Читать книгу Wind Energy Handbook - Michael Barton Graham - Страница 57

The exertion of a torque on the rotor disc by the air passing through it requires an equal and opposite torque to be imposed upon the air. The consequence of the reaction torque is to cause the air to rotate in a direction opposite to that of the rotor; the air gains angular momentum, and so in the wake of the rotor disc the air particles have a velocity component in a direction that is tangential to the rotation as well as an axial component; see Figure 3.4.

The acquisition of the tangential component of velocity by the air means an increase in its kinetic energy that is compensated for by a fall in the static pressure of the air in the wake in addition to that which is described in the previous section.

The flow entering the actuator disc has no rotational motion at all. The flow exiting the disc does have rotation, and that rotation remains constant as the fluid progresses down the wake. The transfer of rotational motion to the air takes place entirely across the thickness of the disc (see Figure 3.5).
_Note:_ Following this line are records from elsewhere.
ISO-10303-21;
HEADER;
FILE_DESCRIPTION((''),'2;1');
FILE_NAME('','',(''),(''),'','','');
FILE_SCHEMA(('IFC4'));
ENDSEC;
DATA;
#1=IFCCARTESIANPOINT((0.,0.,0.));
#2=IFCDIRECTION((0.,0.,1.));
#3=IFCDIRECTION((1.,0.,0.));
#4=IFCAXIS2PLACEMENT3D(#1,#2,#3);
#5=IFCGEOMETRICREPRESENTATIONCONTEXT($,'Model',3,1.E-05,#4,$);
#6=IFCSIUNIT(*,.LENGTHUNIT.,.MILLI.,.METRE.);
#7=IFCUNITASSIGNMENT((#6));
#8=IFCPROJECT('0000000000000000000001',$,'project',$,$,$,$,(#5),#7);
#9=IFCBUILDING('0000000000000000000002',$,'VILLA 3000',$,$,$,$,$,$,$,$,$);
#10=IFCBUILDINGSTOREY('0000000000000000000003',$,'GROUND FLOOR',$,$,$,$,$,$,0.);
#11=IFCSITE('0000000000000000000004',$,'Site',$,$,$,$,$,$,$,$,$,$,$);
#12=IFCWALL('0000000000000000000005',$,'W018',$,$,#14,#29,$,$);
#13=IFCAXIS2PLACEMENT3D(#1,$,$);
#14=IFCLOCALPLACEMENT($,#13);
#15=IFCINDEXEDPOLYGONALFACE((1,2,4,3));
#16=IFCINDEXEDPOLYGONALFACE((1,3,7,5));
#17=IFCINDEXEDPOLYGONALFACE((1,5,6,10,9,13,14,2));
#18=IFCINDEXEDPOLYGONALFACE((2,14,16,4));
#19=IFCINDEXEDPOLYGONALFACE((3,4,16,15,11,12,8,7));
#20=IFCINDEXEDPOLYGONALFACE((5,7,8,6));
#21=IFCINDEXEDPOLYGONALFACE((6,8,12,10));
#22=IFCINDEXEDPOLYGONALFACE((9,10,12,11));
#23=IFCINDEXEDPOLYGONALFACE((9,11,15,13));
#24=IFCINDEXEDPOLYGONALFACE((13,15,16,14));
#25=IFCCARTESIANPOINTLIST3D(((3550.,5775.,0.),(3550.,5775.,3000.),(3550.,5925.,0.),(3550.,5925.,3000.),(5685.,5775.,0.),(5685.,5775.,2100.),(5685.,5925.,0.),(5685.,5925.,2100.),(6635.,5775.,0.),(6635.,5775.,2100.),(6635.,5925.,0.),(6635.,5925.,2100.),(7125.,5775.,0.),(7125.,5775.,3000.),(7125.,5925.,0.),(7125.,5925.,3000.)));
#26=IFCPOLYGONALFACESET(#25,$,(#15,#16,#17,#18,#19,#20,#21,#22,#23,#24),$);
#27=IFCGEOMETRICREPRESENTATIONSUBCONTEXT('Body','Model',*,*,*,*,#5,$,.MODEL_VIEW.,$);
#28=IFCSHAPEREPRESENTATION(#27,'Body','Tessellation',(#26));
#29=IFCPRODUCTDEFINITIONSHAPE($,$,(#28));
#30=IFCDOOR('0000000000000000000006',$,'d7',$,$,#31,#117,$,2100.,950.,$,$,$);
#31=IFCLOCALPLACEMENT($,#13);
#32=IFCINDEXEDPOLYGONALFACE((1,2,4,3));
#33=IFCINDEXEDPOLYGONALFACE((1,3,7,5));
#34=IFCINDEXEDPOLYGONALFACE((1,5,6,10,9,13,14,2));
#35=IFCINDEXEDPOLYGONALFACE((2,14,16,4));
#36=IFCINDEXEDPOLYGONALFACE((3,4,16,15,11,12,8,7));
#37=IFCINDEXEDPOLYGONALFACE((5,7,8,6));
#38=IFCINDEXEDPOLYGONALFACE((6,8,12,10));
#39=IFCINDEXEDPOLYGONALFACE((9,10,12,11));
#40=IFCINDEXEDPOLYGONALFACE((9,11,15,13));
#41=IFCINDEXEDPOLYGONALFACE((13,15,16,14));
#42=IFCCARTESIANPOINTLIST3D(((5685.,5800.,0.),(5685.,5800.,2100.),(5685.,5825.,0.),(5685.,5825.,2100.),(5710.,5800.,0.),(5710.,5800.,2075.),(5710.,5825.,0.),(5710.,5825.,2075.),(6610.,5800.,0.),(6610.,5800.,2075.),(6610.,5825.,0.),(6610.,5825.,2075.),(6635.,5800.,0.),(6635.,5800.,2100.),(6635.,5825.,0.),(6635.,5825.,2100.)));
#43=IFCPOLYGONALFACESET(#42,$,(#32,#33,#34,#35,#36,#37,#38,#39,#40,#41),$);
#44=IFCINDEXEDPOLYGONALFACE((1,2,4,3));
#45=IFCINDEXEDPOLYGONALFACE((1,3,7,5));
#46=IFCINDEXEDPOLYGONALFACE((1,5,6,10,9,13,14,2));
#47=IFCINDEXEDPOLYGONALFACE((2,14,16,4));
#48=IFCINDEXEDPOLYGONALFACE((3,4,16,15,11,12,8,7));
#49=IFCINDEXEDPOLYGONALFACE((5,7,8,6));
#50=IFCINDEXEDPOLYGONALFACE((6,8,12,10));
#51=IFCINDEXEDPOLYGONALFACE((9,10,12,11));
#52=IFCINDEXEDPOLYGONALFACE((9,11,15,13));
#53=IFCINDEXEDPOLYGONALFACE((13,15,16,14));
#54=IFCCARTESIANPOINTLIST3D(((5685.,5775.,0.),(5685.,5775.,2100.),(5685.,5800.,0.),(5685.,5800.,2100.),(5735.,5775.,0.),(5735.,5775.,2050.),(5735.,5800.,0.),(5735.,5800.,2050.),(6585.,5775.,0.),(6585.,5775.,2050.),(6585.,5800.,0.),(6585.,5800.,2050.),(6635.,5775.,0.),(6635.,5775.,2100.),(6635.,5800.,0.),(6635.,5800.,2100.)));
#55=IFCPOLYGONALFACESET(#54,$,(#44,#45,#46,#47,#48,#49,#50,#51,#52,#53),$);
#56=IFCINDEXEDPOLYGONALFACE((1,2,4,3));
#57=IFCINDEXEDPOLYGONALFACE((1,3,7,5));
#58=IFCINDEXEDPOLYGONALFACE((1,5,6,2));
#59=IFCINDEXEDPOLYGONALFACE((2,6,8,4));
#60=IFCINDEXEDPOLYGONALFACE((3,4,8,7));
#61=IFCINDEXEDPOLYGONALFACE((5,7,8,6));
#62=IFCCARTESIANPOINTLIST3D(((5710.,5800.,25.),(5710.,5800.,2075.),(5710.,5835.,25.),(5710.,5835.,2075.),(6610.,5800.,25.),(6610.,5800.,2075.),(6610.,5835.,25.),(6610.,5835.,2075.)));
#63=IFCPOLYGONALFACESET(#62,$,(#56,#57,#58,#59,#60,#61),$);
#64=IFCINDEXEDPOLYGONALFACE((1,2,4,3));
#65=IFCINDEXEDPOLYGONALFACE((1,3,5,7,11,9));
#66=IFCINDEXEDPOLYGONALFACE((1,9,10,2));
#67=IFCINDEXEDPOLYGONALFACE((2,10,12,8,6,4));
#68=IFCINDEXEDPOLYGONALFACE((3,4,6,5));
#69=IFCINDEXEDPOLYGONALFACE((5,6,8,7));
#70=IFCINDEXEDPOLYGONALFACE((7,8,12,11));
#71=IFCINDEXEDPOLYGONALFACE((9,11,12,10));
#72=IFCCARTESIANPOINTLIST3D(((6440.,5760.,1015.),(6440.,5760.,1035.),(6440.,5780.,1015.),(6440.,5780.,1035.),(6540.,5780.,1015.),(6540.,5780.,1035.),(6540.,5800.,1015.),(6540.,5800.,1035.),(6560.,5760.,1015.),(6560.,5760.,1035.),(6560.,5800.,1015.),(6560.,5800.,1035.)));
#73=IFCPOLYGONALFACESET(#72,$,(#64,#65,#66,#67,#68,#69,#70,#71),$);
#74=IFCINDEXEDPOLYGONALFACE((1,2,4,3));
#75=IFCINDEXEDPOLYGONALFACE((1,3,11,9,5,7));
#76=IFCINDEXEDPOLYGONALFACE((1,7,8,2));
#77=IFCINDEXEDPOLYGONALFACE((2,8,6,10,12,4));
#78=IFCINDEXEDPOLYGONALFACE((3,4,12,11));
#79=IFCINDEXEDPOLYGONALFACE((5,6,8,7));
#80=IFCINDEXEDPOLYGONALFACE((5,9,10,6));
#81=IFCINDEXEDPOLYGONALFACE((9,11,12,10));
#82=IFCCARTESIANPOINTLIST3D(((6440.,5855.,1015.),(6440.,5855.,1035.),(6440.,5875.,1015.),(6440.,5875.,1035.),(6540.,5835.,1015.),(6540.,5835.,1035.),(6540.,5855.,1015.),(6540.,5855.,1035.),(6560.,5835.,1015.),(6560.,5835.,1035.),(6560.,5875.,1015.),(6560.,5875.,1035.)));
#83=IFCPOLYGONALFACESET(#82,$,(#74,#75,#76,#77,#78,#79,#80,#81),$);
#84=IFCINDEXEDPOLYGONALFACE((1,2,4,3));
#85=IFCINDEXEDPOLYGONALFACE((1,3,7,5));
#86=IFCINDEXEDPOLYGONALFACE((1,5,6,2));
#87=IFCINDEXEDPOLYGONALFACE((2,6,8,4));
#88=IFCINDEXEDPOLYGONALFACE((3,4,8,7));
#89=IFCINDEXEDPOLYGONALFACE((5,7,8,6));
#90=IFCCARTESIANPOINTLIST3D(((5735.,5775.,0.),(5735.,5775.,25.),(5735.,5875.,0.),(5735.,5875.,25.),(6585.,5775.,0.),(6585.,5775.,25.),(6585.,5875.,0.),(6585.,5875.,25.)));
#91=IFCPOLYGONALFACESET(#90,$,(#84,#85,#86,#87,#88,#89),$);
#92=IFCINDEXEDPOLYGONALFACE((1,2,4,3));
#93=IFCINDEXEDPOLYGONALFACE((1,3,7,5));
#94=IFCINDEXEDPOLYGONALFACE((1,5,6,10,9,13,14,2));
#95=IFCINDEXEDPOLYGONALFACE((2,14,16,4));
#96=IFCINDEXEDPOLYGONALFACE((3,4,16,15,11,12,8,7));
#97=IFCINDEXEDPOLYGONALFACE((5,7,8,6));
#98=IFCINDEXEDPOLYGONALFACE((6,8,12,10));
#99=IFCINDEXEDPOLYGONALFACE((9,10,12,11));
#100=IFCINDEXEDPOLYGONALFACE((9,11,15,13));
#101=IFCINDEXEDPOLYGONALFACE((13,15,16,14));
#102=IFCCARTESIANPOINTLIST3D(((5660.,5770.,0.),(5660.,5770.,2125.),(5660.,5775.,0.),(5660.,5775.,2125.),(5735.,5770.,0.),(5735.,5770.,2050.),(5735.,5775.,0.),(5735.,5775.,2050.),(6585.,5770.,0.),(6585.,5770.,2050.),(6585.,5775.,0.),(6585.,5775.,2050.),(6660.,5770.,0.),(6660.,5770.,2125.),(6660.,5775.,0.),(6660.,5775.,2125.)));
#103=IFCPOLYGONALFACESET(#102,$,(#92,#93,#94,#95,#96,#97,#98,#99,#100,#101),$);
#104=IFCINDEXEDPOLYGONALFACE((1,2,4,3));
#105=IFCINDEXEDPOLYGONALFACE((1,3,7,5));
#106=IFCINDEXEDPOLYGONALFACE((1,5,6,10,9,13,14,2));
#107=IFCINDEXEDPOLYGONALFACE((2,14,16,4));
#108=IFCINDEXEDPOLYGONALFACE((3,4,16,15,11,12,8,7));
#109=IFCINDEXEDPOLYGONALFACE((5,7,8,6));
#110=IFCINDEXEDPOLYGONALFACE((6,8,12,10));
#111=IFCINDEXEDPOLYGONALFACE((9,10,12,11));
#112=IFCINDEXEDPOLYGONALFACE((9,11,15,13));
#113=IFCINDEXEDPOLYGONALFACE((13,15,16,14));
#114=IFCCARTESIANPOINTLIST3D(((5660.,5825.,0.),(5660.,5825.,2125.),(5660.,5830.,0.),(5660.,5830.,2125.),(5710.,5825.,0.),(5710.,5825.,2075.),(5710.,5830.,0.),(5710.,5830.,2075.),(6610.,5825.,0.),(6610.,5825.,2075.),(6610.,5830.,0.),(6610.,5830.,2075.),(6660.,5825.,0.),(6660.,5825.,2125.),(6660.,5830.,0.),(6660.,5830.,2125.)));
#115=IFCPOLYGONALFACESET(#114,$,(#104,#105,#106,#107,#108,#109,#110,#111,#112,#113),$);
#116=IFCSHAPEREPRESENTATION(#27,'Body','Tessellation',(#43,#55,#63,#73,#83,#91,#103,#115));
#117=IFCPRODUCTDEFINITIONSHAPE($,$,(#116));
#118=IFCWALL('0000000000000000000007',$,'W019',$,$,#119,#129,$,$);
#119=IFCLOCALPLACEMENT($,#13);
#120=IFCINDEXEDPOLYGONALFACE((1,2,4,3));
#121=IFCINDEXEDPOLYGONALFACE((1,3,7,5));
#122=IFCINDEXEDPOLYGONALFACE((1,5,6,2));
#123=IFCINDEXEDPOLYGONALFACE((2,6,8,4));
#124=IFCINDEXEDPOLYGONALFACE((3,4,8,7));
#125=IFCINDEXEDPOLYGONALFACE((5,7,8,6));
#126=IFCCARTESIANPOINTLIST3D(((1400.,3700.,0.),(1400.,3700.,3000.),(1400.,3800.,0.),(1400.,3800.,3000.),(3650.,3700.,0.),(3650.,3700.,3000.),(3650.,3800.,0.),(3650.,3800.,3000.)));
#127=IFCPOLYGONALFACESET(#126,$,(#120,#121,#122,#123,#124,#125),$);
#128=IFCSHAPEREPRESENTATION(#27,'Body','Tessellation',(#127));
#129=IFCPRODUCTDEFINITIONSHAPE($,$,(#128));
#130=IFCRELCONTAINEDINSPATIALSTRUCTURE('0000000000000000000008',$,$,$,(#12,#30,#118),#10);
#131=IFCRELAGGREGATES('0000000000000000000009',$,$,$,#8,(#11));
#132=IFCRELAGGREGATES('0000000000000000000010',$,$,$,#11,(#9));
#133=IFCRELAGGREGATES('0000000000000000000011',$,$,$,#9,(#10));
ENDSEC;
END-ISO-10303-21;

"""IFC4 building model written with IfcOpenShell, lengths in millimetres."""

from ifc_helpers import new_model, si_unit, frame, origin_with_axes, place, context, subcontext, project, spatial, line, indexed_curve, outline, extrude, element, fill, save


model = new_model("IFC4")

# Units and contexts
model_context = context("Model", 3, precision=1e-05, world=origin_with_axes())
body_context = subcontext(model_context, "Body", "Model", "MODEL_VIEW")
ifc_project = project(units=[si_unit("LENGTHUNIT", "METRE", prefix="MILLI")], contexts=[model_context])

# Site, building, storey
site = spatial("IfcSite", under=ifc_project, Name="Site")
building = spatial("IfcBuilding", under=site, Name="VILLA 3000")
storey = spatial("IfcBuildingStorey", under=building, Name="GROUND FLOOR", Elevation=0.0)

# Wall, opening, door
wall_1_placement = place(None, frame((3550.0, 5850.0, 0.0), z_axis=(0.0, 0.0, 1.0), x_axis=(1.0, 0.0, 0.0)))
wall_1 = element("IfcWall", 1, at=wall_1_placement, inside=storey, Name="W018", context=body_context, shape_type="SweptSolid", body=[
    extrude(outline(indexed_curve([(0.0, 0.0), (0.0, 150.0), (3575.0, 150.0), (3575.0, 0.0), (0.0, 0.0)], self_intersect=False)), frame((0.0, -75.0, 0.0), z_axis=(0.0, 0.0, 1.0), x_axis=(1.0, 0.0, 0.0)), (0.0, 0.0, 1.0), 3000.0),
])
opening_1_placement = place(wall_1_placement, frame((2135.0, 0.0, 0.0), z_axis=(0.0, 0.0, 1.0), x_axis=(1.0, 0.0, 0.0)))
opening_1 = element("IfcOpeningElement", 2, at=opening_1_placement, cuts=wall_1, context=body_context, shape_type="SweptSolid", body=[
    extrude(outline(indexed_curve([(0.0, 0.0), (0.0, 250.0), (950.0, 250.0), (950.0, 0.0), (0.0, 0.0)], self_intersect=False)), frame((0.0, -125.0, 0.0), z_axis=(0.0, 0.0, 1.0), x_axis=(1.0, 0.0, 0.0)), (0.0, 0.0, 1.0), 2100.0),
])
door_1_placement = place(None, frame((5685.0, 5775.0, 0.0), z_axis=(0.0, 0.0, 1.0), x_axis=(1.0, 0.0, 0.0)))
door_1 = element("IfcDoor", 3, at=door_1_placement, inside=storey, Name="d7", OverallHeight=2100.0, OverallWidth=950.0, context=body_context, shape_type="SweptSolid", body=[
    extrude(outline(indexed_curve([(0.0, 0.0), (0.0, 2100.0), (950.0, 2100.0), (950.0, 0.0), (925.0, 0.0), (925.0, 2075.0), (25.0, 2075.0), (25.0, 0.0)], segments=[line(1, 2, 3, 4, 5, 6, 7, 8, 1)])), frame((0.0, 25.0, 0.0), z_axis=(0.0, -1.0, 0.0), x_axis=(1.0, 0.0, 0.0)), (0.0, 0.0, -1.0), 25.0),
    extrude(outline(indexed_curve([(0.0, 0.0), (0.0, 2100.0), (950.0, 2100.0), (950.0, 0.0), (900.0, 0.0), (900.0, 2050.0), (50.0, 2050.0), (50.0, 0.0)], segments=[line(1, 2, 3, 4, 5, 6, 7, 8, 1)])), frame((0.0, 0.0, 0.0), z_axis=(0.0, -1.0, 0.0), x_axis=(1.0, 0.0, 0.0)), (0.0, 0.0, -1.0), 25.0),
The change in tangential velocity is expressed in terms of a tangential flow induction factor a^′. Upstream of the disc the tangential velocity is zero. Immediately downstream of the disc the tangential velocity is 2rΩa^′. In the plane of the disc the tangential velocity is rΩa^′ (see also Figure 3.10 and the associated discussion). Because it is produced in reaction to the torque, the tangential velocity is opposed to the motion of the rotor.

Figure 3.4 The trajectory of an air particle passing through the rotor disc.

Figure 3.5 Tangential velocity grows across the disc thickness.

An abrupt acquisition of tangential velocity cannot occur in practice and must be gradual. Figure 3.5 shows, for example, a sector of a rotor with multiple blades. The flow accelerates in the tangential direction through the ‘actuator disc’ as it is turned between the blades by the lift forces generated by their angle of attack to the incident flow.